*Records provided*.
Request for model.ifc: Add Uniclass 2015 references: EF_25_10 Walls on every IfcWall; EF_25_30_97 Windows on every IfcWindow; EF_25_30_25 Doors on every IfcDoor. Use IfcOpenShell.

First a look at what the model holds.

```python
import ifcopenshell

model = ifcopenshell.open("model.ifc")
print(model.schema)
print("classifications:", [c.Name for c in model.by_type("IfcClassification")])
for ifc_class in ("IfcDoor", "IfcRoof", "IfcStair", "IfcWall", "IfcWindow"):
    print(ifc_class, len(model.by_type(ifc_class)))
```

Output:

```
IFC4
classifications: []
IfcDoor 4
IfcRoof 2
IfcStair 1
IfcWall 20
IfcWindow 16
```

```python
import ifcopenshell
import ifcopenshell.api.classification

model = ifcopenshell.open("model.ifc")

system = ifcopenshell.api.classification.add_classification(model, classification="Uniclass 2015")

codes = {
    "IfcWall": ("EF_25_10", "Walls"),
    "IfcWindow": ("EF_25_30_97", "Windows"),
    "IfcDoor": ("EF_25_30_25", "Doors"),
}
for ifc_class, (code, name) in codes.items():
    products = model.by_type(ifc_class)
    ifcopenshell.api.classification.add_reference(
        model, products=products, classification=system, identification=code, name=name
    )
    print(code, len(products))

model.write("model_edited.ifc")
```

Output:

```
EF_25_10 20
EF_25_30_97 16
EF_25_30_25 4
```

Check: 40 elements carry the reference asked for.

*What you need to do*. Every entry should be retyped exactly as shown.

*Solution below*.
Request for model.ifc: Add Uniclass 2015 references: EF_25_10 Walls on every IfcWall; EF_25_30_97 Windows on every IfcWindow; EF_25_30_25 Doors on every IfcDoor. Use IfcOpenShell.

First a look at what the model holds.

```python
import ifcopenshell

model = ifcopenshell.open("model.ifc")
print(model.schema)
print("classifications:", [c.Name for c in model.by_type("IfcClassification")])
for ifc_class in ("IfcDoor", "IfcRoof", "IfcStair", "IfcWall", "IfcWindow"):
    print(ifc_class, len(model.by_type(ifc_class)))
```

Output:

```
IFC4
classifications: []
IfcDoor 4
IfcRoof 2
IfcStair 1
IfcWall 20
IfcWindow 16
```

```python
import ifcopenshell
import ifcopenshell.api.classification

model = ifcopenshell.open("model.ifc")

system = ifcopenshell.api.classification.add_classification(model, classification="Uniclass 2015")

codes = {
    "IfcWall": ("EF_25_10", "Walls"),
    "IfcWindow": ("EF_25_30_97", "Windows"),
    "IfcDoor": ("EF_25_30_25", "Doors"),
}
for ifc_class, (code, name) in codes.items():
    products = model.by_type(ifc_class)
    ifcopenshell.api.classification.add_reference(
        model, products=products, classification=system, identification=code, name=name
    )
    print(code, len(products))

model.write("model_edited.ifc")
```

Output:

```
EF_25_10 20
EF_25_30_97 16
EF_25_30_25 4
```

Check: 40 elements carry the reference asked for.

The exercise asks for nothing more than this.